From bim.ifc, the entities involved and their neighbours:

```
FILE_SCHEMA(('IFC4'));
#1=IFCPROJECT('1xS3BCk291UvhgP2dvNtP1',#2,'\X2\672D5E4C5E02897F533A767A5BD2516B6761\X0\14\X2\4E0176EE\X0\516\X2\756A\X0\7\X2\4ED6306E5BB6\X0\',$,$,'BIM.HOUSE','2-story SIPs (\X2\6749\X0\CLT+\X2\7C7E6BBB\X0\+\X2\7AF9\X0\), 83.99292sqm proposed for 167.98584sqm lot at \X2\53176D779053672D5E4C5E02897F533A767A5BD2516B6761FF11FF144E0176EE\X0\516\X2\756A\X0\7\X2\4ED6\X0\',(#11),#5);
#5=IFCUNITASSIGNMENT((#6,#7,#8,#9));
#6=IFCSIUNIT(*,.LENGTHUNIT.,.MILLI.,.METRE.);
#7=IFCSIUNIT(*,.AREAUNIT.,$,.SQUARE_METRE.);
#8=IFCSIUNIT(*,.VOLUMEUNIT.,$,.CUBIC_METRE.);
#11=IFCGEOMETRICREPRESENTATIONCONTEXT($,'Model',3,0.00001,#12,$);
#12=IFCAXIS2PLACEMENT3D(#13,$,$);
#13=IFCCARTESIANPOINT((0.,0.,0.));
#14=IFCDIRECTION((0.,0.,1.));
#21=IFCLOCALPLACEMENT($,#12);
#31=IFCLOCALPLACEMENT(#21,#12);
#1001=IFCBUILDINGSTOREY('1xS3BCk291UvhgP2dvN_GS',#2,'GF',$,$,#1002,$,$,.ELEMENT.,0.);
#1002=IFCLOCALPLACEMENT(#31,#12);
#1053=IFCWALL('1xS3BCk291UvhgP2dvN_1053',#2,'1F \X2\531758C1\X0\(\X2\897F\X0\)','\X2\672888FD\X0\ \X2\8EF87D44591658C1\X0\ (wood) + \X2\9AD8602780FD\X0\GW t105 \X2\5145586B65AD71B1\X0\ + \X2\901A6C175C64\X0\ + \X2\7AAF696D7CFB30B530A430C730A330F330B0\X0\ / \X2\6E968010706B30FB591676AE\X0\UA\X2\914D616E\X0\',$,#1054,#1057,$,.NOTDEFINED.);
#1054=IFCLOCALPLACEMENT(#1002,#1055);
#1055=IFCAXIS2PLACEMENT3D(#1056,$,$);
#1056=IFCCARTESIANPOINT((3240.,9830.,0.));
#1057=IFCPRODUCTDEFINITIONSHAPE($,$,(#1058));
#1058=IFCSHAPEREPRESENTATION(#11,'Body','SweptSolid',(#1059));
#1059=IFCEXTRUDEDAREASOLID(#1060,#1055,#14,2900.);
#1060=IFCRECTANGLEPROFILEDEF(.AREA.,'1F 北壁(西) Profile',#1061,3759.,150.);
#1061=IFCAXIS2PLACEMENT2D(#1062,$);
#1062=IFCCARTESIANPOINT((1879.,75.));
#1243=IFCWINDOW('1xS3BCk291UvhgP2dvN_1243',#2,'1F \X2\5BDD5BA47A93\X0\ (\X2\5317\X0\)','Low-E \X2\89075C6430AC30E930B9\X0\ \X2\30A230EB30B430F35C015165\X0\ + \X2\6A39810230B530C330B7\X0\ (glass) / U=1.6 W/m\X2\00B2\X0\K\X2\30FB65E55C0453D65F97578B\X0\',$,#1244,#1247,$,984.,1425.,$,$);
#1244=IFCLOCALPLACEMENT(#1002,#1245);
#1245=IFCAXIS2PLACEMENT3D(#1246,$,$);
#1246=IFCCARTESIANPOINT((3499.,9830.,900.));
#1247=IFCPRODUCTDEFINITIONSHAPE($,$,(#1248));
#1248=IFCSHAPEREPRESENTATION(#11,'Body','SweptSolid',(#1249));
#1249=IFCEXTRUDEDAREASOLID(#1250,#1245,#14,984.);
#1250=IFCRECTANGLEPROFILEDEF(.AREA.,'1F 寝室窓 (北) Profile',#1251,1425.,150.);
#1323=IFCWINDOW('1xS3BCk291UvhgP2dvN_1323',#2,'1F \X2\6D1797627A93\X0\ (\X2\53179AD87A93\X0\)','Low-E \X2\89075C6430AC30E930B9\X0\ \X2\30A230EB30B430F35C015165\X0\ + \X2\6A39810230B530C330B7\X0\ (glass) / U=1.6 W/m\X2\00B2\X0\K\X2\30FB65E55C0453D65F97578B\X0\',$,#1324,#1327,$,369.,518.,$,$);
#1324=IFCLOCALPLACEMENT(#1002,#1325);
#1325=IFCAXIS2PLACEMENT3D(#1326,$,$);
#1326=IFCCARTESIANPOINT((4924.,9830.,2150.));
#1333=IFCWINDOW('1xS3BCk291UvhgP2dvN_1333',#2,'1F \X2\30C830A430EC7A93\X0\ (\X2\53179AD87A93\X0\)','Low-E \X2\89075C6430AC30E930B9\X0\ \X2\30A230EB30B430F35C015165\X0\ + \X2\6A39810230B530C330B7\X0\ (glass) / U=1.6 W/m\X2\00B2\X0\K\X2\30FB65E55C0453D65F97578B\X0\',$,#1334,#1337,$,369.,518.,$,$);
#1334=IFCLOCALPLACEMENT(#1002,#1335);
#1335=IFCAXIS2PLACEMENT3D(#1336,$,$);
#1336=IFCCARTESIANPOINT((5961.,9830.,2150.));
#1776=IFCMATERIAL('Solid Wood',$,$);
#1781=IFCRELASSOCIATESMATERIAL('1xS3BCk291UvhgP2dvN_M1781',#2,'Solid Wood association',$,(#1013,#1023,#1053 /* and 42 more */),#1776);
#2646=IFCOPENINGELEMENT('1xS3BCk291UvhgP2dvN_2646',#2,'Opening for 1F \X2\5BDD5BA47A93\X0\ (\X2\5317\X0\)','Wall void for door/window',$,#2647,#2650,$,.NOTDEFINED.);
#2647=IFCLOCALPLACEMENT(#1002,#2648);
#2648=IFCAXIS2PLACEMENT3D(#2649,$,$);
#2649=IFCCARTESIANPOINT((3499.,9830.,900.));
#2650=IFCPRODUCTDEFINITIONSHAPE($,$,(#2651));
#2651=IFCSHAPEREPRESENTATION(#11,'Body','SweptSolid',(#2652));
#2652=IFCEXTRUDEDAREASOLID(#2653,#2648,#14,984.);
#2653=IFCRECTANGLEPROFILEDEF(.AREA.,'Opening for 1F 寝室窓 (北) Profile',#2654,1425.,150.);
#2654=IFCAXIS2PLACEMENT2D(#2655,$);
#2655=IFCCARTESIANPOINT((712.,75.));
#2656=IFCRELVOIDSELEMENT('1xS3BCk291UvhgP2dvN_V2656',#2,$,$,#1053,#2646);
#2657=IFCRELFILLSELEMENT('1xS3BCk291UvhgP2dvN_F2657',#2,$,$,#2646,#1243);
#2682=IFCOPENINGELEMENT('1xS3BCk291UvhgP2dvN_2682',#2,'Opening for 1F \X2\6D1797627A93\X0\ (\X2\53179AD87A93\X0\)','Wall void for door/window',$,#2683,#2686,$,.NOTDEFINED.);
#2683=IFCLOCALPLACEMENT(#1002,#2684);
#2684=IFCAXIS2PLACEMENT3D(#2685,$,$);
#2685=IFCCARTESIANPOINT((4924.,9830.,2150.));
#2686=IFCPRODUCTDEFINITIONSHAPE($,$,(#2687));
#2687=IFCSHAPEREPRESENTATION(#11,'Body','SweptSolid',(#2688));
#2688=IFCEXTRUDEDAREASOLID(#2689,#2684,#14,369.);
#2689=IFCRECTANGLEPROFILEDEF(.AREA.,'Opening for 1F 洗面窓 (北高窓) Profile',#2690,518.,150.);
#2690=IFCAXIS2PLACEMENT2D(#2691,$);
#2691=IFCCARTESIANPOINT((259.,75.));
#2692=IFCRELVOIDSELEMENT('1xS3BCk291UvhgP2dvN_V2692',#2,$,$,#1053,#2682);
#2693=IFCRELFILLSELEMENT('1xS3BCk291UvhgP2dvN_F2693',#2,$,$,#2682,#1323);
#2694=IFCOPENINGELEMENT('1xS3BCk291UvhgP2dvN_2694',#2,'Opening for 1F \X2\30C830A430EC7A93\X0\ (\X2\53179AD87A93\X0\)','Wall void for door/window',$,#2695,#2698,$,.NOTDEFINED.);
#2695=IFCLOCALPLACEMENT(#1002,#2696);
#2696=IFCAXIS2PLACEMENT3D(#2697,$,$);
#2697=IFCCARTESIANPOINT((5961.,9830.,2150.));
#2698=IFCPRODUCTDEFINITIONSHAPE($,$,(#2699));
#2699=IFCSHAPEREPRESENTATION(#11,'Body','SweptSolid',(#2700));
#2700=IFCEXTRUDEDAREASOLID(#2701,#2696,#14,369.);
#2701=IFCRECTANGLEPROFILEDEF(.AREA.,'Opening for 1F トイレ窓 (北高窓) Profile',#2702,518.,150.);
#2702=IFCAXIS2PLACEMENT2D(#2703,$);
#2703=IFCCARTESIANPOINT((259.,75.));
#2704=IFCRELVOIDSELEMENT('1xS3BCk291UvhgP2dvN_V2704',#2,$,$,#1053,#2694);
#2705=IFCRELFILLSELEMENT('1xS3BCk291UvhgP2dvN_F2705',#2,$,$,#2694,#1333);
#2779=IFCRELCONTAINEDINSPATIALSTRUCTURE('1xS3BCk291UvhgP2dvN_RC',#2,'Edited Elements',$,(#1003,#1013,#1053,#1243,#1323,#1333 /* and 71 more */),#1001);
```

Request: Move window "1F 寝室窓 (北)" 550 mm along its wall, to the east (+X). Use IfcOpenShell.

```python
import ifcopenshell
import ifcopenshell.api.geometry
import ifcopenshell.util.placement
import ifcopenshell.util.unit

model = ifcopenshell.open("bim.ifc")
unit_scale = ifcopenshell.util.unit.calculate_unit_scale(model)

window = model.by_guid("1xS3BCk291UvhgP2dvN_1243")
opening = window.FillsVoids[0].RelatingOpeningElement
wall = opening.VoidsElements[0].RelatingBuildingElement

wall_matrix = ifcopenshell.util.placement.get_local_placement(wall.ObjectPlacement)
shift = wall_matrix[:3, 0] * 0.55 / unit_scale
before = ifcopenshell.util.placement.get_local_placement(window.ObjectPlacement)[:3, 3].copy()

# The window is not placed relative to its opening, so move both.
for product in (opening, window):
    matrix = ifcopenshell.util.placement.get_local_placement(product.ObjectPlacement)
    matrix[:3, 3] += shift
    ifcopenshell.api.geometry.edit_object_placement(model, product=product, matrix=matrix, is_si=False)

after = ifcopenshell.util.placement.get_local_placement(window.ObjectPlacement)[:3, 3]
print("window moved by", (after - before).round(3) + 0.0)

model.write("bim_edited.ifc")
```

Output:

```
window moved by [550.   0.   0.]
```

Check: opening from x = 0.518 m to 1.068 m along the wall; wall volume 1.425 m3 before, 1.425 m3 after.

----

## WHAT TO DO
Please copy out each line of the material that holds the string "SweptSolid".

## RESULT
#1058=IFCSHAPEREPRESENTATION(#11,'Body','SweptSolid',(#1059));
#1248=IFCSHAPEREPRESENTATION(#11,'Body','SweptSolid',(#1249));
#2651=IFCSHAPEREPRESENTATION(#11,'Body','SweptSolid',(#2652));
#2687=IFCSHAPEREPRESENTATION(#11,'Body','SweptSolid',(#2688));
#2699=IFCSHAPEREPRESENTATION(#11,'Body','SweptSolid',(#2700));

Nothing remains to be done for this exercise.